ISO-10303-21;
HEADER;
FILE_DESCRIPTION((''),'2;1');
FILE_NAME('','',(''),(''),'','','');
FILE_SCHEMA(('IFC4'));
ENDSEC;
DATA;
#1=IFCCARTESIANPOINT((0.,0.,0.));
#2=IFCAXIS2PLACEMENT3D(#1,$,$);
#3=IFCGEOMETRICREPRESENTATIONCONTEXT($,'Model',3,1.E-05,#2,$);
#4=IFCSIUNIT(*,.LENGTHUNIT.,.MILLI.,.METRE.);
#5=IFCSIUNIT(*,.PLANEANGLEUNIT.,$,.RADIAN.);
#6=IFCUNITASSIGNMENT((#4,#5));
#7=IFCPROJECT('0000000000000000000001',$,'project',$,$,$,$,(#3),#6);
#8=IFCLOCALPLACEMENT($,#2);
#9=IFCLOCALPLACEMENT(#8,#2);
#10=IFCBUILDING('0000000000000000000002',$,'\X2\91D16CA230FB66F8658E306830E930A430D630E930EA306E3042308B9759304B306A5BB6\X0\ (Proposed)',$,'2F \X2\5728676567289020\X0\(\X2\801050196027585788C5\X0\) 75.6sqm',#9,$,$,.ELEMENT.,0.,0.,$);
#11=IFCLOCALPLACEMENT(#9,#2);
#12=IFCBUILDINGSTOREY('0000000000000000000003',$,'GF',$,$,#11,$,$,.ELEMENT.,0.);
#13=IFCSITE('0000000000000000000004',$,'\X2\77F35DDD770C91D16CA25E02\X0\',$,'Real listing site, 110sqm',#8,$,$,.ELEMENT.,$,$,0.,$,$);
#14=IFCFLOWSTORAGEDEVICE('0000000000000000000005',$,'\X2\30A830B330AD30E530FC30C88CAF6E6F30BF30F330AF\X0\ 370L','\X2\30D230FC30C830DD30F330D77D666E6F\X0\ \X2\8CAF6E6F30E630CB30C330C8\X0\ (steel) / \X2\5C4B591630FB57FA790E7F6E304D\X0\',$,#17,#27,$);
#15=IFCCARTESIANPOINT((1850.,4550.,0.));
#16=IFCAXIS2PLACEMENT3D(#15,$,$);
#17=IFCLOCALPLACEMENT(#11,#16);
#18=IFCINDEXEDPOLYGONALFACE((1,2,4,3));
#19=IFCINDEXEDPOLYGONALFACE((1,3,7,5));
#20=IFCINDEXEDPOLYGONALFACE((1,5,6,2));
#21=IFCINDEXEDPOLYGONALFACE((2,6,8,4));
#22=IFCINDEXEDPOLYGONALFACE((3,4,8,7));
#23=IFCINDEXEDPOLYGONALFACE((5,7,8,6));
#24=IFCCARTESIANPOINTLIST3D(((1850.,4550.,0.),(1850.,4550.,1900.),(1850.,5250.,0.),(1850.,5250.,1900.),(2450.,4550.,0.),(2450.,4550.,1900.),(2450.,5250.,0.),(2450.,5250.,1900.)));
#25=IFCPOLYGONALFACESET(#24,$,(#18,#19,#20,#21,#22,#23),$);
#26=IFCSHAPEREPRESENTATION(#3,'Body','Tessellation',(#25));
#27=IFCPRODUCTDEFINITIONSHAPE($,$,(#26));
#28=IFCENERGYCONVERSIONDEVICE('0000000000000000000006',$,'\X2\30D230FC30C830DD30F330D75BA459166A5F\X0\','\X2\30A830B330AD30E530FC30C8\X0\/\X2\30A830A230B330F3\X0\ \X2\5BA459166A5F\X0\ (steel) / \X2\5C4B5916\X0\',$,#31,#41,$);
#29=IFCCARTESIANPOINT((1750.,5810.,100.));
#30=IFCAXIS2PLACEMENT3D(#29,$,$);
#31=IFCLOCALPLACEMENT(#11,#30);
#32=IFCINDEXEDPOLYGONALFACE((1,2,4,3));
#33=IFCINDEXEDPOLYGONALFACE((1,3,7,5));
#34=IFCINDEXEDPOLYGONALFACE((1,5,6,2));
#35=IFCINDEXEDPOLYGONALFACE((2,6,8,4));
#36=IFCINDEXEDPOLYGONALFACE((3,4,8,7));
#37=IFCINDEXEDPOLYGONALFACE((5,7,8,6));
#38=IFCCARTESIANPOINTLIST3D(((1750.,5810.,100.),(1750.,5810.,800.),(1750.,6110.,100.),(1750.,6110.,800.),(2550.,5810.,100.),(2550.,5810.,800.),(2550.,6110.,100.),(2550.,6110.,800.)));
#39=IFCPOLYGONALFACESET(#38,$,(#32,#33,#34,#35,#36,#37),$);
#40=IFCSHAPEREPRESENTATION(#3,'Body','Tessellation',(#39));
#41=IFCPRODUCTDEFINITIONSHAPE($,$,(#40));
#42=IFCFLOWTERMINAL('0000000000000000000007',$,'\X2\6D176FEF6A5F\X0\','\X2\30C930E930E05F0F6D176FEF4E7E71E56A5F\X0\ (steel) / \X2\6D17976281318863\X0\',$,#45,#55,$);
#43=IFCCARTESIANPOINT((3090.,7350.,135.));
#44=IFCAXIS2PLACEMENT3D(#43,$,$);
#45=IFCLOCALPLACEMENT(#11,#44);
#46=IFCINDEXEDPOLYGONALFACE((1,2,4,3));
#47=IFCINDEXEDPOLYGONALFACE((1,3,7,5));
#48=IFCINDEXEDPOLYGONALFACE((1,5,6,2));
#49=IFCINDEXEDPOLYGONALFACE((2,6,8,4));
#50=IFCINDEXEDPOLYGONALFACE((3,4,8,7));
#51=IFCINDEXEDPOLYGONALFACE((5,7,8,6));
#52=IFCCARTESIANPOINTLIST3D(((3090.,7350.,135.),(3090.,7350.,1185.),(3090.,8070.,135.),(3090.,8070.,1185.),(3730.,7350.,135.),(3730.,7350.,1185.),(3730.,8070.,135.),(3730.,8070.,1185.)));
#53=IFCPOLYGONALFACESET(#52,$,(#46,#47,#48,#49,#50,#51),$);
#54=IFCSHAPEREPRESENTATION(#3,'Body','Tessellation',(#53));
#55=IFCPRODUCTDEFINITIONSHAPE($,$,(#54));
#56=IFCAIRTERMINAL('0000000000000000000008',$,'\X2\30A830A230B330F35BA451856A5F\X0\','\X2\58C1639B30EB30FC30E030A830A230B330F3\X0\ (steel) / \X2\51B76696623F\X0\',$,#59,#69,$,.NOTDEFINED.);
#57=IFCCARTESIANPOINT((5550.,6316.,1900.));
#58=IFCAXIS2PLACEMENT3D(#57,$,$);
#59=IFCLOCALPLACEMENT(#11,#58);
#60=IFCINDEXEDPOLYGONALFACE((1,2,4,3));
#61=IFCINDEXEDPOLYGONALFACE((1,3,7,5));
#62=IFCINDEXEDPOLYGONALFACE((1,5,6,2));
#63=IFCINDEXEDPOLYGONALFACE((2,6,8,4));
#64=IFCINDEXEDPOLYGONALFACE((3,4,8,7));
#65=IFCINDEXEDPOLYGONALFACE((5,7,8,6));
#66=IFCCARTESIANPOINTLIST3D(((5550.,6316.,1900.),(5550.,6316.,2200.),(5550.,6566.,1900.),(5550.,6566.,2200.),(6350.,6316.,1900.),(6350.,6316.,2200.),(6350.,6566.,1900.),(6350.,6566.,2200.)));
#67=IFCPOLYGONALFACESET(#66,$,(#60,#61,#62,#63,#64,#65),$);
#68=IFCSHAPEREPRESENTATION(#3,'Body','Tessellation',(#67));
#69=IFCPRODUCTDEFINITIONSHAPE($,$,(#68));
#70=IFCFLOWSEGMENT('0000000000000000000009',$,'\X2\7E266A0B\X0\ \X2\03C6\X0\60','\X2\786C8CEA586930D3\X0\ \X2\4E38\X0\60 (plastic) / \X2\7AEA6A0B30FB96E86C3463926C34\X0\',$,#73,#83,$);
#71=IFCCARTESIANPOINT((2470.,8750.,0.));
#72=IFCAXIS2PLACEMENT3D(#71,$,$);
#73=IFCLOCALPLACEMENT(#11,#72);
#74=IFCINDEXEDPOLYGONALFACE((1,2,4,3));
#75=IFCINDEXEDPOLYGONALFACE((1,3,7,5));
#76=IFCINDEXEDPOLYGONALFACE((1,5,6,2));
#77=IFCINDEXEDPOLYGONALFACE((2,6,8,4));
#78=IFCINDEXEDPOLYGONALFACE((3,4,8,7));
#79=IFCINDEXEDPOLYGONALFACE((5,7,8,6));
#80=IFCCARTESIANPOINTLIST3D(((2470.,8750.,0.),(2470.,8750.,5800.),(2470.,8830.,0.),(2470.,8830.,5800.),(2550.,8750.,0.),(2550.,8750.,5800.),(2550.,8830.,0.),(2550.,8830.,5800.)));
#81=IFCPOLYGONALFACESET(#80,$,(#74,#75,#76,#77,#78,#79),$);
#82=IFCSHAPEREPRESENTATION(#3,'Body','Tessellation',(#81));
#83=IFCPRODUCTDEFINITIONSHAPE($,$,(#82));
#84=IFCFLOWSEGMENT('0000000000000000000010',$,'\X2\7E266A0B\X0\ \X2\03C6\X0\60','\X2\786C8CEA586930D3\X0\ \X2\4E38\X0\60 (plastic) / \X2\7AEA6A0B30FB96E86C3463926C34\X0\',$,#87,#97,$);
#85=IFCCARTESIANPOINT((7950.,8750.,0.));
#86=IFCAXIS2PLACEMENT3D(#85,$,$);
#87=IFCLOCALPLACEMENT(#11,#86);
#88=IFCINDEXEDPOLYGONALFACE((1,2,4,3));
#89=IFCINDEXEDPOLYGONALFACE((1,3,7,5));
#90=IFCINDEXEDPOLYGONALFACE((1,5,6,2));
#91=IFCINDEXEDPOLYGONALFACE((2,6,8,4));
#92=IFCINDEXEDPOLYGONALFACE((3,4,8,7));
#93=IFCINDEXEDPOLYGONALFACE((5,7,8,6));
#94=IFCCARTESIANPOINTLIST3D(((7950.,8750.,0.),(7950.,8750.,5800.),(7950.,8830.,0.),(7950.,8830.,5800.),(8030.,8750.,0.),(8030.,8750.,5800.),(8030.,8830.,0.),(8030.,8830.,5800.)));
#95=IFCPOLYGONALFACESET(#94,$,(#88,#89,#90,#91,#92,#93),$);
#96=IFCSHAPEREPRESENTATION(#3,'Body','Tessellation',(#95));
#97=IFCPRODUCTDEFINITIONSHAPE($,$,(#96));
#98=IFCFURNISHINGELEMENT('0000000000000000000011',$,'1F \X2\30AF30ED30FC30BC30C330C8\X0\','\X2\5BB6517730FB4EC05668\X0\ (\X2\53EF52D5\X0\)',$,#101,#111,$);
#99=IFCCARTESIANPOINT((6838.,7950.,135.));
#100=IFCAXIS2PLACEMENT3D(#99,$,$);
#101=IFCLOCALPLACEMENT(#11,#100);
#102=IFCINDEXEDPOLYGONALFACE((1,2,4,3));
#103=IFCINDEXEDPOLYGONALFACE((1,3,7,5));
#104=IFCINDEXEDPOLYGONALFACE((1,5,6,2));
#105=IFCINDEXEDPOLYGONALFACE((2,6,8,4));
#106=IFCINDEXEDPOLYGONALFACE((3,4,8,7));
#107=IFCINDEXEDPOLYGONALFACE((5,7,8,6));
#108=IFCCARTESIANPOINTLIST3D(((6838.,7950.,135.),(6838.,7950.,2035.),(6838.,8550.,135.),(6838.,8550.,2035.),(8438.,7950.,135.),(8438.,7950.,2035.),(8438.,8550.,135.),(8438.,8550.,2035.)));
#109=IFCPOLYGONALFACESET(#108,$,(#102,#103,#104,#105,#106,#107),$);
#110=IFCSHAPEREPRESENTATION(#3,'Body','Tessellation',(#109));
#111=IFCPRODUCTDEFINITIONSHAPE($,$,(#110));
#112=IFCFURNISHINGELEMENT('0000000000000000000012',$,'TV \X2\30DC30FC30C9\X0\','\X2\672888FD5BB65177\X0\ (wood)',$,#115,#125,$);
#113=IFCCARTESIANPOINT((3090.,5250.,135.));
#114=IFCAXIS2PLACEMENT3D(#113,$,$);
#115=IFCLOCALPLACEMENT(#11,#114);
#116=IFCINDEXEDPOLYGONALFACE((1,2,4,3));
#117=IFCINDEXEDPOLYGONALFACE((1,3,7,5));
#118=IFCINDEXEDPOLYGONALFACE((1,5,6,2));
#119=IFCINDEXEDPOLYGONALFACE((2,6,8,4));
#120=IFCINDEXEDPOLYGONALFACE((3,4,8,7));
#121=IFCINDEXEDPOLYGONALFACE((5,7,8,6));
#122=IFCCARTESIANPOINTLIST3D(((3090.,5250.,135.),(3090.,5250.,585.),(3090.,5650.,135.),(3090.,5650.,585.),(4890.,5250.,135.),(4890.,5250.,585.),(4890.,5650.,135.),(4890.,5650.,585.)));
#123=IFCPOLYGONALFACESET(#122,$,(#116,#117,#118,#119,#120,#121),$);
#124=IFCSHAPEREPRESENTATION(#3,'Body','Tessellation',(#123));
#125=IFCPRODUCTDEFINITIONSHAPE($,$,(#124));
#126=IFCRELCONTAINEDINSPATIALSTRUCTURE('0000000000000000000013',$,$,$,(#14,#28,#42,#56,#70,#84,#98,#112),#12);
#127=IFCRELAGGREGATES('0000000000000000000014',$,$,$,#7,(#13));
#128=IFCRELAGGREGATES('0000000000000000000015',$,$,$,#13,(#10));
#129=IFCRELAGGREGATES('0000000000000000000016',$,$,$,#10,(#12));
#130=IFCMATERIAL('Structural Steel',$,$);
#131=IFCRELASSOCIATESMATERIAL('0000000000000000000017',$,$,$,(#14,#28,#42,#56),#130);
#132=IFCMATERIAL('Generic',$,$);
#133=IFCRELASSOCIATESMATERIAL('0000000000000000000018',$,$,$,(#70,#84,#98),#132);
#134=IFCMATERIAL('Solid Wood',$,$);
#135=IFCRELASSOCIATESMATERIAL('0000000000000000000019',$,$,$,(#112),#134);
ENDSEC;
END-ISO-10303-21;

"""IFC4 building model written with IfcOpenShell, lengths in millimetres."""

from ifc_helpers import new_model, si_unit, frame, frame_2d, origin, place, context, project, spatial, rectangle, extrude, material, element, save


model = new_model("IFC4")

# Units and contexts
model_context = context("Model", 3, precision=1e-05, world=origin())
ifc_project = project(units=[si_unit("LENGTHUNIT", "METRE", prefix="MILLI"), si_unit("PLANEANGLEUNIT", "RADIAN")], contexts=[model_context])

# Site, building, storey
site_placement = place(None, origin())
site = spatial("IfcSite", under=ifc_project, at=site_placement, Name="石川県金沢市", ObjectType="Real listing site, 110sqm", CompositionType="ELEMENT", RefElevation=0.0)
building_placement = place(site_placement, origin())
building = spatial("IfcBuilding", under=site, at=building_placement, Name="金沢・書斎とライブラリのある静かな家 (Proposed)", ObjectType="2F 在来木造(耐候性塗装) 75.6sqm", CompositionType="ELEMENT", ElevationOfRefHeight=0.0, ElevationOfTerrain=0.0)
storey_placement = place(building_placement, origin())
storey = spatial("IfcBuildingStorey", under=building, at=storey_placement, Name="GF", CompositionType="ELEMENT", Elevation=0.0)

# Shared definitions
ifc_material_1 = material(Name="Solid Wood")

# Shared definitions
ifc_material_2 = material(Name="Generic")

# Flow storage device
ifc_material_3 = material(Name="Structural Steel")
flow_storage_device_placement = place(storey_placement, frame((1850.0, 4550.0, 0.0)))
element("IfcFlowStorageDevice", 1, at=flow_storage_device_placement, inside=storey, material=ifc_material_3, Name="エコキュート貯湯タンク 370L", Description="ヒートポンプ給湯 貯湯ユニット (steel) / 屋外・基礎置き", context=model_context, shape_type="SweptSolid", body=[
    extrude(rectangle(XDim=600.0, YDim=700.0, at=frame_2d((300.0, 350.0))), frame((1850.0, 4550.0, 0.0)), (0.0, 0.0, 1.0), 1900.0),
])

──────────────────────────────

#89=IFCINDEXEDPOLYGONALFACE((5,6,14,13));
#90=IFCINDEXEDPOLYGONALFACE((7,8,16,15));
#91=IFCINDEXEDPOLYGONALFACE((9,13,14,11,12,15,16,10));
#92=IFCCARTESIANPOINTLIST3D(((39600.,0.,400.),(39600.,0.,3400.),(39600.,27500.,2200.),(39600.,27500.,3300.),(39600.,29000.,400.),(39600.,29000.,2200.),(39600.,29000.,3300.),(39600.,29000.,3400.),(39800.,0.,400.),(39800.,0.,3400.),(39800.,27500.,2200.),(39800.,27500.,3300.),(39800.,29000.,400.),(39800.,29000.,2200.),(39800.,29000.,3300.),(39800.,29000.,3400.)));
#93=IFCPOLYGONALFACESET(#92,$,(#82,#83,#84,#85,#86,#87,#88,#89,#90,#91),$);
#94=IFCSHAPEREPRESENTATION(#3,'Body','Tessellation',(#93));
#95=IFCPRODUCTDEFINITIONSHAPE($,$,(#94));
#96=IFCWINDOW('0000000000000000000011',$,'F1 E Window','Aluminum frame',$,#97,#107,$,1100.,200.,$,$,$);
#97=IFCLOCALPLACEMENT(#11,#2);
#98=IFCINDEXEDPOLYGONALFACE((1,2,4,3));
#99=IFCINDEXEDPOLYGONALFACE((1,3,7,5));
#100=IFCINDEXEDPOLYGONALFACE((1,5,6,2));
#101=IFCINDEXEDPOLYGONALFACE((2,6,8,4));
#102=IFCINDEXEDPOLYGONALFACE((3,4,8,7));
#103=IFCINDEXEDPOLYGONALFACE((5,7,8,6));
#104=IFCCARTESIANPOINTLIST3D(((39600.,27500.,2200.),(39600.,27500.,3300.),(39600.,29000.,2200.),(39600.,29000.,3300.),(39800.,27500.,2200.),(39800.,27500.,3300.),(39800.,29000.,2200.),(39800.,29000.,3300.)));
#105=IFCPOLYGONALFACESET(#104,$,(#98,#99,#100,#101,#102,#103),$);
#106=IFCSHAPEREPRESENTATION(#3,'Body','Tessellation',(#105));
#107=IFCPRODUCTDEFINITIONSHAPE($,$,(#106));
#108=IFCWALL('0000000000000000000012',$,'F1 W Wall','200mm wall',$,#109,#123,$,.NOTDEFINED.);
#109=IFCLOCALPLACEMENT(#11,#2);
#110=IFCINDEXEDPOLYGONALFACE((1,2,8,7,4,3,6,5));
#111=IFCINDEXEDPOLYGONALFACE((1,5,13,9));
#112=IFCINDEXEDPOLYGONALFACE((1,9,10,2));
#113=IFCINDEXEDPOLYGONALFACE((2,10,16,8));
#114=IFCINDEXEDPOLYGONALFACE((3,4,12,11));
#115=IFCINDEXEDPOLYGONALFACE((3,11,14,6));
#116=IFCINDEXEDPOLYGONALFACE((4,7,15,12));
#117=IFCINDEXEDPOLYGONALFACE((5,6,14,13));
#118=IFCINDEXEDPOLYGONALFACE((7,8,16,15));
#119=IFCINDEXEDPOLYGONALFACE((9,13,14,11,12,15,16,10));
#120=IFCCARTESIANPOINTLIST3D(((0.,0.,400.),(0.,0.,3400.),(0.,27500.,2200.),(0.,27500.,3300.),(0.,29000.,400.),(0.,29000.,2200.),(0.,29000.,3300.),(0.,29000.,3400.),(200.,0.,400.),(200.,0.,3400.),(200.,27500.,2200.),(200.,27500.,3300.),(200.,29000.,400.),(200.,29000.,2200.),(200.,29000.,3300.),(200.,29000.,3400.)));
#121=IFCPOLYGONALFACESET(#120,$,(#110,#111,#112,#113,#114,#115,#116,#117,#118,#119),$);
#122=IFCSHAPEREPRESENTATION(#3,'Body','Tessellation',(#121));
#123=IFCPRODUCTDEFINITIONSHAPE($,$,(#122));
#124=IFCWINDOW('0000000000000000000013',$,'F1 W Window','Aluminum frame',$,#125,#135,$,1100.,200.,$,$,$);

──────────────────────────────

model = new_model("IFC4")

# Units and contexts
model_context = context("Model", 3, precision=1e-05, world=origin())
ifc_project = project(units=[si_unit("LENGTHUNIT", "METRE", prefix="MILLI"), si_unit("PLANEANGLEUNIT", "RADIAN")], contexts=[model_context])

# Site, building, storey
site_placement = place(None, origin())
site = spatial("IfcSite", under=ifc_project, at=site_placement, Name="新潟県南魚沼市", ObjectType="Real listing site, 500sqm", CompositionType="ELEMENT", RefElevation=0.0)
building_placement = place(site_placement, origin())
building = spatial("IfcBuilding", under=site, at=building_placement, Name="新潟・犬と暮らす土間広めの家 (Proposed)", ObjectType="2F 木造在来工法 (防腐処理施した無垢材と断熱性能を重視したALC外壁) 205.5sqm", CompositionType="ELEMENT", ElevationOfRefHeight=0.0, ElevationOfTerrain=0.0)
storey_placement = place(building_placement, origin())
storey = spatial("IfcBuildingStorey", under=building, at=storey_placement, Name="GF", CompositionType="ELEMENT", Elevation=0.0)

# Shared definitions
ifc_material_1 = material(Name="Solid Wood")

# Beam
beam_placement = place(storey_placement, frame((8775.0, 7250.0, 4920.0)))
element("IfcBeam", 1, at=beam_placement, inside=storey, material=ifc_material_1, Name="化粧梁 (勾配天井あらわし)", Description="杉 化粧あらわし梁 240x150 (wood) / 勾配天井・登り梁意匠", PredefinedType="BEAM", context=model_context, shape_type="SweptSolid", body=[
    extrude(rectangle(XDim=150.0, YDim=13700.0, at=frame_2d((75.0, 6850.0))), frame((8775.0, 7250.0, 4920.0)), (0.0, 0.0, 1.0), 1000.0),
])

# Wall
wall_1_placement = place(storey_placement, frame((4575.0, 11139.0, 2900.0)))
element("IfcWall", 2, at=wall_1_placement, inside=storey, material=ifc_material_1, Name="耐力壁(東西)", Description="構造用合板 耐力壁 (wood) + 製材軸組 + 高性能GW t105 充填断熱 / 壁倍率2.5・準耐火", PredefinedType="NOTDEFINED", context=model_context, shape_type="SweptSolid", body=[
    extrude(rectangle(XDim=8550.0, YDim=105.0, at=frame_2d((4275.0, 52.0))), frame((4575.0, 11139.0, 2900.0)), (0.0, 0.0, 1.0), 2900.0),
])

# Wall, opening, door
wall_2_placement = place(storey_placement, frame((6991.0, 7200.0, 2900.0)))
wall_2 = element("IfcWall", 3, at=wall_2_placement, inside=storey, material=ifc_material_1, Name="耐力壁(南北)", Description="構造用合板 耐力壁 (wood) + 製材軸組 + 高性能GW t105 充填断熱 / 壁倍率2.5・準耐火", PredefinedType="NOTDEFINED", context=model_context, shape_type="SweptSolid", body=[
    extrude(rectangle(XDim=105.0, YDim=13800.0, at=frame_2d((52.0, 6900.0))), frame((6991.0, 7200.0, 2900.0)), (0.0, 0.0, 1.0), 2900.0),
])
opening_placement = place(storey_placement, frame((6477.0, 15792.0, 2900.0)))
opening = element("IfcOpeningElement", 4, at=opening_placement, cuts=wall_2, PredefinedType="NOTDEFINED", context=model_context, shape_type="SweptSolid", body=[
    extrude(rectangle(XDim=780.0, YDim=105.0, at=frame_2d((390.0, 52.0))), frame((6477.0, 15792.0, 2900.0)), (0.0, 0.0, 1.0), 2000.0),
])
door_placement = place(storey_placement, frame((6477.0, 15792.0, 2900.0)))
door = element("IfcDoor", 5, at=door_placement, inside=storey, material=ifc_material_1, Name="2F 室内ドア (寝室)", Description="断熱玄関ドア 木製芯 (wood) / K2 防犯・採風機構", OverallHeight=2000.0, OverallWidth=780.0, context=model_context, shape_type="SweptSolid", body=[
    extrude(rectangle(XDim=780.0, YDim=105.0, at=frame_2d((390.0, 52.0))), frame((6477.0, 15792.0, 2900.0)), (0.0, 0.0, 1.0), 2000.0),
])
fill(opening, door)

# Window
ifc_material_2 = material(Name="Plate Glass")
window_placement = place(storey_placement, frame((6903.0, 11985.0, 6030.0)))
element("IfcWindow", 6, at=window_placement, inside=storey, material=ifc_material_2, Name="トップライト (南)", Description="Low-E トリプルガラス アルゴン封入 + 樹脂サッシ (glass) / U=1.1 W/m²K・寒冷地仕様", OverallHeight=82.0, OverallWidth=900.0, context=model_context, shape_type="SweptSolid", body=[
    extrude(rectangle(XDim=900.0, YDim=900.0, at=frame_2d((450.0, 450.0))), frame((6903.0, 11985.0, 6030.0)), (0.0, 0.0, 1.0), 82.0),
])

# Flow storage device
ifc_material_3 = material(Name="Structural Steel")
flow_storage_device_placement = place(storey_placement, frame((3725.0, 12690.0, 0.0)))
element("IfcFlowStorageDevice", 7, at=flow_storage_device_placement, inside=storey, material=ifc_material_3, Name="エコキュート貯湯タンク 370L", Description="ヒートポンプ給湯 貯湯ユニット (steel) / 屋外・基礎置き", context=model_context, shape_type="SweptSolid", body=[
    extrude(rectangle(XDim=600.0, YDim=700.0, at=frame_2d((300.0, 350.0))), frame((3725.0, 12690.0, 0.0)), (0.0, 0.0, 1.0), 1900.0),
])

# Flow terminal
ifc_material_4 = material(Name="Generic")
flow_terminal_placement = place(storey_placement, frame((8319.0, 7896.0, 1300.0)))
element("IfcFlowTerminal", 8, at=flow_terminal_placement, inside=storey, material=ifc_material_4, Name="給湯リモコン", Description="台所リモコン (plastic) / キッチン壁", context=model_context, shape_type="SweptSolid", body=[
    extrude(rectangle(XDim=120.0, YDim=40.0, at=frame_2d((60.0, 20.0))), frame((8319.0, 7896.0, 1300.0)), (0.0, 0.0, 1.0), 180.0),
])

──────────────────────────────

» Task statement
Copy out, exactly and alone, the lines of the entries above between the ones holding "#87=IFCLOCALPLACEMENT(#11,#86);" and "#93=IFCINDEXEDPOLYGONALFACE((5,7,8,6));", inclusive.

» Your response
#87=IFCLOCALPLACEMENT(#11,#86);
#88=IFCINDEXEDPOLYGONALFACE((1,2,4,3));
#89=IFCINDEXEDPOLYGONALFACE((1,3,7,5));
#90=IFCINDEXEDPOLYGONALFACE((1,5,6,2));
#91=IFCINDEXEDPOLYGONALFACE((2,6,8,4));
#92=IFCINDEXEDPOLYGONALFACE((3,4,8,7));
#93=IFCINDEXEDPOLYGONALFACE((5,7,8,6));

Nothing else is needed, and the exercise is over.